How do I survive the most important day of my life and then blog about it? Well let’s start off with a disclaimer: Nothing I write here can ever begin to describe how great a day it was. Nothing I post could possibly do the event justice, and honestly, I’m starting to have some respect for the writers of history books. How does someone stuff the importance of Normandy into one chapter? How does one put into a few paragraphs an entire weekend of wedding funtimes? Can’t be done.
Let’s give it a shot anyway, if for no other reason than to give my new Uncle Danny and Dave something to talk about at work.
The last time I checked into the RT (with any real effort) was last Wednesday, the 6th, when I was preparing the Garvey mans for the rehearsal gala. Right now, I’m sitting in an airport in Cincinnati, renting wireless access from tmobile, sharing a mint chocolate milkshake with my wife. Here are a few things that happened between those two times:
Thursday: mowed, weed-wacked, mulched, phoned law schools, phoned utility companies. Met up with my groomsmen and a few others for a night of poker wherein they let me win. Lisa got drunk at the square.
Friday: electrical work, yard work, astroturf work. Drove with Lou to get two more kegs of the Flying Bison, and called biological Uncle Dan for help with the taps (he also helped with the ice, with the emceeing at the reception, with a “European Survival Kit” containing “I Am Canadian” tee-shirts, and especially with a big-ass tray of bacon for Sunday brunch. Mad, mad props.) Got to dress in my new Tommy Bahama outfit. Wedding rehearsal. Wedding rehearsal party. Awesome awesome awesome awesome.
Things I’ll always remember about the wedding rehearsal dinner: the fireworks a la the groomsmen; smoked king salmon a la our Alaska trip; Sammy, Miranda, and, well, everyone wearing “Celebrate” glitter on their foreheads; Leonard telling jokes; a wave of babies; Uncle Neil’s toast; everyone noticing and commenting on the lawns; Lisa leaving before midnight, after I gave her the journal I started on September 9th, 2003, when I first knew I wanted to marry her; the drunk brigade who sat with me the night before I got married, eating peanuts, drinking clicquot, and talking about papa.
Saturday: up at 7, surprised to see I got five good hours of sleep, more surprised to see the coffee grinder broken. Saw mom early, made her cry. No real prep work to be done, but Alex and I found things to do anyway, thankfully. Hoffman showed around 12:30, and the guys party took their time getting dressed in the last air-conditioned space we’d see all day. Tuxes: A) looked like waiters B) looked like James Bond C) looked perfect. Trolley was not stocked with cookies , but did contain champagne and a life-size superman cut-out. Met photographers at church, who were attractive young ladies, obviously not turned on by men in sweaty tuxes. The wedding. The wedding reception. Awesome infinity plus one.

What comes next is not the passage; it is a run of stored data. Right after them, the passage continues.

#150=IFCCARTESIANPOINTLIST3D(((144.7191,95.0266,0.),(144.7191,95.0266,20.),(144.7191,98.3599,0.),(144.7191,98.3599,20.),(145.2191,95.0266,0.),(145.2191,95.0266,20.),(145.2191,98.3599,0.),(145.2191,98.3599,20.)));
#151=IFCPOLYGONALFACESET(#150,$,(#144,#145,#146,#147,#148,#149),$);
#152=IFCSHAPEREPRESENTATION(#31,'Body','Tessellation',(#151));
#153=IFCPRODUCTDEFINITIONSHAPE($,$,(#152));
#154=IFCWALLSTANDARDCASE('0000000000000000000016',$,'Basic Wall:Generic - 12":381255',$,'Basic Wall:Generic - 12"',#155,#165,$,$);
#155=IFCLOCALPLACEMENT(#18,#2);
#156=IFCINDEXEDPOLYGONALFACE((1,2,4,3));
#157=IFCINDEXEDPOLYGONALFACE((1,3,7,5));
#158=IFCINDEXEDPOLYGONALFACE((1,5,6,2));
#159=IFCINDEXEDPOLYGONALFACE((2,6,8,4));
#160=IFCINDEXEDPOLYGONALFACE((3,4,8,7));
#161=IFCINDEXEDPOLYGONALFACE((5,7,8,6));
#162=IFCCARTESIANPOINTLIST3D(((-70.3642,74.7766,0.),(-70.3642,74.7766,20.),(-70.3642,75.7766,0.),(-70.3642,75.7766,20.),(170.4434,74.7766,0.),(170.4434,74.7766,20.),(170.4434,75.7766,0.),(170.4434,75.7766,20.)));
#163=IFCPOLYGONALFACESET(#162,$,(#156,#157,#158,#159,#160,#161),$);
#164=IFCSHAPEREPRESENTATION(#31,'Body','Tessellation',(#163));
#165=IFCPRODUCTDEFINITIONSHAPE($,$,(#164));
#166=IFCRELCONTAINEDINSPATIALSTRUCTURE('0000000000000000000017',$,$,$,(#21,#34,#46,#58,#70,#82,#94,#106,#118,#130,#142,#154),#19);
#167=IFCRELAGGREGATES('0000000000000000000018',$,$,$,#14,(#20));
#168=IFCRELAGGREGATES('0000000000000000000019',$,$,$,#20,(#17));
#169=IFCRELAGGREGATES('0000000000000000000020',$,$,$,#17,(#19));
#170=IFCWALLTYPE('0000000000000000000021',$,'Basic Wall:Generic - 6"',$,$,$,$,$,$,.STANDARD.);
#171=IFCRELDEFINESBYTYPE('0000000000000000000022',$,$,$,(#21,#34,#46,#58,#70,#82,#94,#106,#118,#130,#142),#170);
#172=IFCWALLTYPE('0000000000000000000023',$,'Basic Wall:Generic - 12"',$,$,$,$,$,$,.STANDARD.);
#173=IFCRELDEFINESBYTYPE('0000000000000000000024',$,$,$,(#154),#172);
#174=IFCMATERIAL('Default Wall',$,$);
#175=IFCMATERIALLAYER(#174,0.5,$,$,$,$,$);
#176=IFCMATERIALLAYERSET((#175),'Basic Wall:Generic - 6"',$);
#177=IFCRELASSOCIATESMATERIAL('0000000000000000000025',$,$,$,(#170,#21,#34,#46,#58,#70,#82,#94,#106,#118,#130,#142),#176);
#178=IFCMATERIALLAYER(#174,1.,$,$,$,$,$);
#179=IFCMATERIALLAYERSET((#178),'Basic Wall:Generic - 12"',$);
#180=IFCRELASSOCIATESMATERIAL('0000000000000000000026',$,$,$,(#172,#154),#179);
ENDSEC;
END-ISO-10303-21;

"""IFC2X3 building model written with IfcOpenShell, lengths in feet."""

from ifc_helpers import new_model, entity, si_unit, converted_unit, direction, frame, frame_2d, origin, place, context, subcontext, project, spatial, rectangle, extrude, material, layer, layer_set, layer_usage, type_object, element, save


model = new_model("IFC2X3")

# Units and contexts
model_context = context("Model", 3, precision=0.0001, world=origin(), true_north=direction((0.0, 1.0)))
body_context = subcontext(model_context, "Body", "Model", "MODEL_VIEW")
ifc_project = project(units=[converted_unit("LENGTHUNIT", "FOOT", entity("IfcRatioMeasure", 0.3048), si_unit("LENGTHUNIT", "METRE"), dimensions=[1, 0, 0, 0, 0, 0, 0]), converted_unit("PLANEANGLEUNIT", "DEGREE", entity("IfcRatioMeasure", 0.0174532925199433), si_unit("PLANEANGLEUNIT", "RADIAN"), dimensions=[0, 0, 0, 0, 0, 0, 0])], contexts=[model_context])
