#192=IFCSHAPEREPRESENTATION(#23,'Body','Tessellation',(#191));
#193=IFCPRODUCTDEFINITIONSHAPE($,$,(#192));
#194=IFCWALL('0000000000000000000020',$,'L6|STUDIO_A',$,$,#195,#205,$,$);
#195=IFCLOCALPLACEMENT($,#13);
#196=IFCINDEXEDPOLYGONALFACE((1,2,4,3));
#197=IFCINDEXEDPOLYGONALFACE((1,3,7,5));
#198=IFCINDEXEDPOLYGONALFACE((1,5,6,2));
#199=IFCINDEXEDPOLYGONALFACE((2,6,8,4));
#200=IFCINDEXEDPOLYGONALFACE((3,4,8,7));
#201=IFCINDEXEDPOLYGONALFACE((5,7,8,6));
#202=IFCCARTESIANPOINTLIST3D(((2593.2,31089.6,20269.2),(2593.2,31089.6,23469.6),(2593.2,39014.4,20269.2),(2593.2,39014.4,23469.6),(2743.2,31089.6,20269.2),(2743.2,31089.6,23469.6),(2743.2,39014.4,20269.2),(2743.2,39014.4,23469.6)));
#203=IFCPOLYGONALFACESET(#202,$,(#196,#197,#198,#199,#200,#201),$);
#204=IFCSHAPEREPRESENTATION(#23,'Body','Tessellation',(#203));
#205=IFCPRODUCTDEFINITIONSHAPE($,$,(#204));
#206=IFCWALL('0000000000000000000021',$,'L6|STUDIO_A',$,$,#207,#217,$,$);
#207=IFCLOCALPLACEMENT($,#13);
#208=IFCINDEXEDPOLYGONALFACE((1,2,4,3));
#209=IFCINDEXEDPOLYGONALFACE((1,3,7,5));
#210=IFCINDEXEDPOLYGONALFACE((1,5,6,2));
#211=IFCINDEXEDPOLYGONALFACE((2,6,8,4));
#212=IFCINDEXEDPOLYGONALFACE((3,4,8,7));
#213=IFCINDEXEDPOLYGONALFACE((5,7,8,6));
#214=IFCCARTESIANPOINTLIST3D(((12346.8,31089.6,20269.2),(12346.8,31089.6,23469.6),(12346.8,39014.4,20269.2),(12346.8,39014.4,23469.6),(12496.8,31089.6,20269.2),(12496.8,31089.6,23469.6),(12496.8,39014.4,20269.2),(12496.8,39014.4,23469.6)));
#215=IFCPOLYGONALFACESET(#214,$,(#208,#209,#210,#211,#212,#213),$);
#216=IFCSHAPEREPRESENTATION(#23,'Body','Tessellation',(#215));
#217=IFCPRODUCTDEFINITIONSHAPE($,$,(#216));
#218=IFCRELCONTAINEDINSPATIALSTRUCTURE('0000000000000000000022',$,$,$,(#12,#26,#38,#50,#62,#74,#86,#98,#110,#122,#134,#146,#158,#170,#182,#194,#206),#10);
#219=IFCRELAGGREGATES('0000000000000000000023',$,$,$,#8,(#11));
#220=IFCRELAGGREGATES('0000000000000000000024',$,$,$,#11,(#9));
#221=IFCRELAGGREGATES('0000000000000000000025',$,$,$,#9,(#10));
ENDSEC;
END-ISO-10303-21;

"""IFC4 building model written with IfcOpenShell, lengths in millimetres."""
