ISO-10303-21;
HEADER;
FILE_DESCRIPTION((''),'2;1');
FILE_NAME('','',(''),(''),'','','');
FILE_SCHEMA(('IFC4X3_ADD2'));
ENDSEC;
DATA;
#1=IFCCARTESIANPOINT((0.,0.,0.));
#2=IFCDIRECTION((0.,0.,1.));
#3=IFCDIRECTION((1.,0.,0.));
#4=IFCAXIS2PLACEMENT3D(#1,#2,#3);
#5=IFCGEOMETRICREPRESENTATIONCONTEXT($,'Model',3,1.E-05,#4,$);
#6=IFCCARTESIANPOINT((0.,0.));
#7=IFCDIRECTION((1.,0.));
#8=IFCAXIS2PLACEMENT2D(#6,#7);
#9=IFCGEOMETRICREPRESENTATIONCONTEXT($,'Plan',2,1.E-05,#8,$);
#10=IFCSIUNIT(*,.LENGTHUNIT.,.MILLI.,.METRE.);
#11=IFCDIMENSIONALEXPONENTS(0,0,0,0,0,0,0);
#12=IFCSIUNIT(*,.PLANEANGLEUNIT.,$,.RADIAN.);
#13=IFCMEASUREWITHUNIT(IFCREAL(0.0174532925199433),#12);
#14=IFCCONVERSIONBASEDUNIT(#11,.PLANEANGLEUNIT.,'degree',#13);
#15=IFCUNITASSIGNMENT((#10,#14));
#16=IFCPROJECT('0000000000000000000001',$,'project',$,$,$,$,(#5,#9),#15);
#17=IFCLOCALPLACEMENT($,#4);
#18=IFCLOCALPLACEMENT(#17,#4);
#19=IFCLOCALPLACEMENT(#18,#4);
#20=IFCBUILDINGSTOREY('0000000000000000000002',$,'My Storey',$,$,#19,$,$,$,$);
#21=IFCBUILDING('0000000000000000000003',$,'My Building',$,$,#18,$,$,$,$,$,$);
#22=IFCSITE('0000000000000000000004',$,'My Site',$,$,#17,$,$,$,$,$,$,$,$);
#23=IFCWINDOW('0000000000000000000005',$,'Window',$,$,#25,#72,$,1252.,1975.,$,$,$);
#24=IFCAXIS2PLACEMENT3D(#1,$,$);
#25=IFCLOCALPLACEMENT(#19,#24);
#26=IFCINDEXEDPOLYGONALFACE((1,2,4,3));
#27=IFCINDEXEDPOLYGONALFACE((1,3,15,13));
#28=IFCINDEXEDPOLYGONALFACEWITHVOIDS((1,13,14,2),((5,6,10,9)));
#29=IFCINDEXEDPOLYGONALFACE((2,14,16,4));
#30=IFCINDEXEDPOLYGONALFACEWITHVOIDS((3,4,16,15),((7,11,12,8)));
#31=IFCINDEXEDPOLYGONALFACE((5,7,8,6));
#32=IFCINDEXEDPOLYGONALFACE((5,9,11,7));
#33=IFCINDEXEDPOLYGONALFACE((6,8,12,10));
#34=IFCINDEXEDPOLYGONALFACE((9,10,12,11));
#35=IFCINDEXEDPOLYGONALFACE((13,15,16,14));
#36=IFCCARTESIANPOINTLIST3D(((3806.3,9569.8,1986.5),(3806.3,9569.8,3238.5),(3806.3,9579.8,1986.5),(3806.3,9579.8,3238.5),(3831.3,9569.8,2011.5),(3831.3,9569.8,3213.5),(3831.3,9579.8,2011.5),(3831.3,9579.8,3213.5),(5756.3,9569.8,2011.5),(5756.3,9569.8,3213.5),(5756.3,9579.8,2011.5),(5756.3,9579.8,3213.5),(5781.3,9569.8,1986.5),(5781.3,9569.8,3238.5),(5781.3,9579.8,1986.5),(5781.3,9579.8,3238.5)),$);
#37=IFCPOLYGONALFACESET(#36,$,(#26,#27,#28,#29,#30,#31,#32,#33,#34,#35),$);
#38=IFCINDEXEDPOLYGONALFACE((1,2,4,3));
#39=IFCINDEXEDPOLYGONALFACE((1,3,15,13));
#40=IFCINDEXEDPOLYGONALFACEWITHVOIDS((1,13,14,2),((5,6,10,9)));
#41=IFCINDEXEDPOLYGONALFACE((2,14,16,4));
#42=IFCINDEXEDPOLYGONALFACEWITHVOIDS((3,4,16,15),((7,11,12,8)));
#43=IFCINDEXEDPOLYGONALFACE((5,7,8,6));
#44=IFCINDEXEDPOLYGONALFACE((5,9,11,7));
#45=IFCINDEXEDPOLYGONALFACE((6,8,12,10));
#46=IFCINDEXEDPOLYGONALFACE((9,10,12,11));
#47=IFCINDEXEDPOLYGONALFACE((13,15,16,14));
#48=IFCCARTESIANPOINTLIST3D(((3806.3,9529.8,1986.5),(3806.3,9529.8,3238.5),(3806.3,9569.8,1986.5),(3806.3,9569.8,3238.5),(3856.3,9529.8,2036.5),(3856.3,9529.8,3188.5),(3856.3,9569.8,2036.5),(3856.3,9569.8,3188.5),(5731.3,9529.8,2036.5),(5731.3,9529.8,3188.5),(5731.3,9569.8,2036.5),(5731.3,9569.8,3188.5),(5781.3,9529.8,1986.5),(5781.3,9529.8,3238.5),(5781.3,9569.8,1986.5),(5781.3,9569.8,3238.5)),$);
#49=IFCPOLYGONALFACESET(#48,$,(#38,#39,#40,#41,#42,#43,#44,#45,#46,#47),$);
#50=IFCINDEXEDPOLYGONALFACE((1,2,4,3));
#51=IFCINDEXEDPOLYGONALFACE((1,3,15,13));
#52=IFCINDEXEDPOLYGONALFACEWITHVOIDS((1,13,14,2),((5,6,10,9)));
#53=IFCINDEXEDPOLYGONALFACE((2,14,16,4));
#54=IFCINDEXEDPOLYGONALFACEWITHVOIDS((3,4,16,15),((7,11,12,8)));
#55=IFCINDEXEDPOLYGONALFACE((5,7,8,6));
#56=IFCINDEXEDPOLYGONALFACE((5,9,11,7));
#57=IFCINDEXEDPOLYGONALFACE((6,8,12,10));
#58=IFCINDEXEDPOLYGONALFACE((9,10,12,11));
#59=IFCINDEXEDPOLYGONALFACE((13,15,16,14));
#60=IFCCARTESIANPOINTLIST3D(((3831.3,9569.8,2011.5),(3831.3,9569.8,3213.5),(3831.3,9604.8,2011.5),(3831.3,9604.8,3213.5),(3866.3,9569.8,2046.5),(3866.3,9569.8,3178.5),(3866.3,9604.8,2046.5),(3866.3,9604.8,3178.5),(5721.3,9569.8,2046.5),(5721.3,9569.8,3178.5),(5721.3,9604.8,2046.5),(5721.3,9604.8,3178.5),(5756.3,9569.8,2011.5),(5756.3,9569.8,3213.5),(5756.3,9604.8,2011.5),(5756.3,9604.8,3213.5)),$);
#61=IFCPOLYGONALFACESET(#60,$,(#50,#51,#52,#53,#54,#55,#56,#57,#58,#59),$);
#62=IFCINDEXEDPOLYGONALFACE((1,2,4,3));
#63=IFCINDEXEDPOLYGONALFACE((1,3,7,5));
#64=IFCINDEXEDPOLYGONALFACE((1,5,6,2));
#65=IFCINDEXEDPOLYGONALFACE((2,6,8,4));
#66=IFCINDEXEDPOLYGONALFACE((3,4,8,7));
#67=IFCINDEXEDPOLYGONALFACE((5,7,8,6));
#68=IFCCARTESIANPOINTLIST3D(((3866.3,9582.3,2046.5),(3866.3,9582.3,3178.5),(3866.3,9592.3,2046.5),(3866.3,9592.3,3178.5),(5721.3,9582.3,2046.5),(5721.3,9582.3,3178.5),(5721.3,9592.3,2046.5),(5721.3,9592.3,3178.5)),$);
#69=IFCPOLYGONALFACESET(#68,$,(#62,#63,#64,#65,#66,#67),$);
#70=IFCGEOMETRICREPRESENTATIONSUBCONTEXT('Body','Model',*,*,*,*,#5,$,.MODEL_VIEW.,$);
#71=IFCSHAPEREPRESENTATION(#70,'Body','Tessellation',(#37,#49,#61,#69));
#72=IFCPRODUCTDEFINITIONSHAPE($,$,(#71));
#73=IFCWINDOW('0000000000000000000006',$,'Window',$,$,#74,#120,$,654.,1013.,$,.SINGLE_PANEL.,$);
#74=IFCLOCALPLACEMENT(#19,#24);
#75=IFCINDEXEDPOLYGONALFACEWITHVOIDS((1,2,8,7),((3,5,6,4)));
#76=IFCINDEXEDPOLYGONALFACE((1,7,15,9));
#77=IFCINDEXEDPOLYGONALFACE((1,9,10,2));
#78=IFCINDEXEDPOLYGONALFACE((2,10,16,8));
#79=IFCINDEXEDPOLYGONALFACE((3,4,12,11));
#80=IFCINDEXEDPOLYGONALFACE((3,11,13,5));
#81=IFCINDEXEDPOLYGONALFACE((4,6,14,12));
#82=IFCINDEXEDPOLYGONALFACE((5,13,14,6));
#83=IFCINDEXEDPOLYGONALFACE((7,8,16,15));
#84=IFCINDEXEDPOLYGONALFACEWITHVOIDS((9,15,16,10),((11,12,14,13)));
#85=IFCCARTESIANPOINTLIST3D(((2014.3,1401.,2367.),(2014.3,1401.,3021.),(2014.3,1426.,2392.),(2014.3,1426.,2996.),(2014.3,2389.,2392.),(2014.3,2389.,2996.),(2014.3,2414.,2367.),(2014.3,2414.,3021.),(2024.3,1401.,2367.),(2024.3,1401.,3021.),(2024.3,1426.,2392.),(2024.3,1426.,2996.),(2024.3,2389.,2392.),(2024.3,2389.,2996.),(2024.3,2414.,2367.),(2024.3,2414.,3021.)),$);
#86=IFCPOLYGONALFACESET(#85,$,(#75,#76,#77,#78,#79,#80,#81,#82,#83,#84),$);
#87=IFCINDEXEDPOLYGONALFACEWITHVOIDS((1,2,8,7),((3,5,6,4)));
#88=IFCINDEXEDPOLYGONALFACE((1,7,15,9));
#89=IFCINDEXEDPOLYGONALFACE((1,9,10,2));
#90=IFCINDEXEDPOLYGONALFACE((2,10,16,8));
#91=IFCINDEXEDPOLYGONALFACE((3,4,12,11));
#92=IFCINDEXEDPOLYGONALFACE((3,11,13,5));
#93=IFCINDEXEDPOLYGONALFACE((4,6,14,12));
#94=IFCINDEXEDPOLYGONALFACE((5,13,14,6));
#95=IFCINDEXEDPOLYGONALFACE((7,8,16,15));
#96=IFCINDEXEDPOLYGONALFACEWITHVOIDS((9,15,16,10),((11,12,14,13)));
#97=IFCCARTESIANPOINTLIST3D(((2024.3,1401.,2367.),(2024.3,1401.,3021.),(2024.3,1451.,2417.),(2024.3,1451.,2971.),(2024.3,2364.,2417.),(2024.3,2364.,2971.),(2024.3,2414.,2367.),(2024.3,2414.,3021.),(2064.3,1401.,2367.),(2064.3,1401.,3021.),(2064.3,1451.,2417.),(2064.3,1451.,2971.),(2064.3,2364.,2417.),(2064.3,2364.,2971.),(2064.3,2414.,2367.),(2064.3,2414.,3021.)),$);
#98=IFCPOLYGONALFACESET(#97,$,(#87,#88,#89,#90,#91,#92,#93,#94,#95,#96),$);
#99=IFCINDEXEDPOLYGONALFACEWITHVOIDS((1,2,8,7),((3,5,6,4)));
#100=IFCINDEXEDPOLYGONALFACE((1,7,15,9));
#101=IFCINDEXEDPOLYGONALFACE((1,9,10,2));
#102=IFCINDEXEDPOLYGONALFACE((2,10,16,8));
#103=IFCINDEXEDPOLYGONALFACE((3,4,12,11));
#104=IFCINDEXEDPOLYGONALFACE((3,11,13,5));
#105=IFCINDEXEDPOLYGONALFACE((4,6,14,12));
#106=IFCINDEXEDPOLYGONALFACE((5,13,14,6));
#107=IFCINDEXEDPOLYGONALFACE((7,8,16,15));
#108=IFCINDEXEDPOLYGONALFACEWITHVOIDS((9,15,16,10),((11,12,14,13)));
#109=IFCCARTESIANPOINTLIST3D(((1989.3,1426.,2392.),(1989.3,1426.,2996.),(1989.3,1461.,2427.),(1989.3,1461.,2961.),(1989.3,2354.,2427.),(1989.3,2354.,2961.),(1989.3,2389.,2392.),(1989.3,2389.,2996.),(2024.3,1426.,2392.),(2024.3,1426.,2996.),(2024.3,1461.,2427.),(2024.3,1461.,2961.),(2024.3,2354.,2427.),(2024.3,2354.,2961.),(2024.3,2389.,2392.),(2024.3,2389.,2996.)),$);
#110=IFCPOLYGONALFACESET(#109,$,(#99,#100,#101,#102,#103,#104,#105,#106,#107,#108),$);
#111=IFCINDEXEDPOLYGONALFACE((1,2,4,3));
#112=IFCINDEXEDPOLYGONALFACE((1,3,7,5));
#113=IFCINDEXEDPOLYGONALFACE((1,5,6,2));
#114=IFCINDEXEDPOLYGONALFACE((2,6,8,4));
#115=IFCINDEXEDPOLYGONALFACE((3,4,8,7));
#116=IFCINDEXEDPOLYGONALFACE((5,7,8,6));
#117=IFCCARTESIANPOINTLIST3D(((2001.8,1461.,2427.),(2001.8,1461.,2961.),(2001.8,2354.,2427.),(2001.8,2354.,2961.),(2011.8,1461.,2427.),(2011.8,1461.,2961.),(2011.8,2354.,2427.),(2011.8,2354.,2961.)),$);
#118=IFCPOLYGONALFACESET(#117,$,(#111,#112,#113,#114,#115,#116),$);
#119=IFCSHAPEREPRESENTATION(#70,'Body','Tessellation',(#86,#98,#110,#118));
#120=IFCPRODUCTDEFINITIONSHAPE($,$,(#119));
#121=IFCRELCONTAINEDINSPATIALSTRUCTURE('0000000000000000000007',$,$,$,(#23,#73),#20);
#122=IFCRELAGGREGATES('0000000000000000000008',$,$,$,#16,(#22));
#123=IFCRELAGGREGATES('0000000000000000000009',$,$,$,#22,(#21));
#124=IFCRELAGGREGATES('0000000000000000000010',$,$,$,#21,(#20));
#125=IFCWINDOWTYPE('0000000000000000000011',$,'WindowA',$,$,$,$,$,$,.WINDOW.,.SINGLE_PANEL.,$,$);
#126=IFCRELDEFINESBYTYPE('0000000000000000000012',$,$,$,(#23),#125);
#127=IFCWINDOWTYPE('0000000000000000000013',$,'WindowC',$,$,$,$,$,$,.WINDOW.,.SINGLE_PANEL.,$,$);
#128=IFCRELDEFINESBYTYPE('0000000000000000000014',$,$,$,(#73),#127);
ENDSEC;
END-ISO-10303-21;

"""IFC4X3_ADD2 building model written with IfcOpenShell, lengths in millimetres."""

from ifc_helpers import new_model, entity, si_unit, converted_unit, frame, origin_with_axes, origin_2d_with_axis, place, context, subcontext, project, spatial, line, indexed_curve, outline, extrude, shape, source, transform, mapped, type_object, type_shapes, element, save


model = new_model("IFC4X3_ADD2")

# Units and contexts
model_context = context("Model", 3, precision=1e-05, world=origin_with_axes())
plan_context = context("Plan", 2, precision=1e-05, world=origin_2d_with_axis())
body_context_1 = subcontext(model_context, "Body", "Model", "MODEL_VIEW")
body_context_2 = subcontext(plan_context, "Body", "Plan", "PLAN_VIEW")
ifc_project = project(units=[si_unit("LENGTHUNIT", "METRE", prefix="MILLI"), converted_unit("PLANEANGLEUNIT", "degree", entity("IfcReal", 0.0174532925199433), si_unit("PLANEANGLEUNIT", "RADIAN"), dimensions=[0, 0, 0, 0, 0, 0, 0])], contexts=[model_context, plan_context])

# Site, building, storey
site_placement = place(None, origin_with_axes())
site = spatial("IfcSite", under=ifc_project, at=site_placement, Name="My Site")
building_placement = place(site_placement, origin_with_axes())
building = spatial("IfcBuilding", under=site, at=building_placement, Name="My Building")
storey_placement = place(building_placement, origin_with_axes())
storey = spatial("IfcBuildingStorey", under=building, at=storey_placement, Name="My Storey")

# Windows
window_type_1 = type_object("IfcWindowType", Name="WindowA", PartitioningType="SINGLE_PANEL", PredefinedType="WINDOW")
shared_shape_1 = source(origin_with_axes(), body_context_1, "Body", "SweptSolid", [
    extrude(outline(indexed_curve([(0.0, 0.0), (1975.0, 0.0), (1975.0, 1252.0), (0.0, 1252.0)], segments=[line(1, 2, 3, 4, 1)]), holes=[indexed_curve([(25.0, 25.0), (1950.0, 25.0), (1950.0, 1227.0), (25.0, 1227.0)], segments=[line(1, 2, 3, 4, 1)])]), frame((0.0, 90.0, 0.0), z_axis=(0.0, -1.0, 0.0), x_axis=(1.0, 0.0, 0.0)), (0.0, 0.0, -1.0), 10.0),
    extrude(outline(indexed_curve([(0.0, 0.0), (1975.0, 0.0), (1975.0, 1252.0), (0.0, 1252.0)], segments=[line(1, 2, 3, 4, 1)]), holes=[indexed_curve([(50.0, 50.0), (1925.0, 50.0), (1925.0, 1202.0), (50.0, 1202.0)], segments=[line(1, 2, 3, 4, 1)])]), frame((0.0, 50.0, 0.0), z_axis=(0.0, -1.0, 0.0), x_axis=(1.0, 0.0, 0.0)), (0.0, 0.0, -1.0), 40.0),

Thins I’ll always remember about the wedding: less than you’d expect – it went by so quick, and I was watching from behind my eyes, flying on autopilot. It was hot hot. I didn’t cry until I saw Esther mouth to John that she couldn’t look at me. I remember thinking there was no fourth wall. The doors opened and Lisa and her (now, “our”) father were silhouetted against the quad’s light. I told Father Tunney I arranged all the flowers, and we laughed because I was lying during my own wedding, in front of the alter. Aunt Janet’s reading. Little bottles of water from nowhere. Uncle Neil’s reading, which was the long version of the one we found, and was preempted by “Dear Corinthians, wish you were here…” or something like that. Sarah’s right, though – a long mass is a-ok so long as you mean it. Mom looked so happy, and Dave Hoffmann was visible even thirty pews away. Music – my God, the music. Most are married in the ethereal presence of a choir of angels. We actually arranged to have one sing at ours. Thank you ladies, thank you guys, and thank you Joy for giving me shivers during “River of Glory”. I passed notes to Lisa – did anyone see that? Katie had a bit of tissue on her nose – please, in the name of all that is holy, please tell me someone got a picture of it.
Nope. It can’t be done. This post is even longer than my normal tomes, and I haven’t even gotten to the end of the mass yet. And actually, I notice it’s about time to catch our flight out of here, taking us into the arms of my wife’s ancestral lands. I’ll be on the roads among northern Italy for the next two weeks, but hopefully, I’ll be able to check in if I can find another hotspot. In the meantime, help me fill in the cracks – email me at email@example.com and send me stories, send me pictures, send me the jokes that Leonard told that I’ve already forgotten.
And in case I didn’t tell you this during a drunken stupor on Saturday night, I love you all.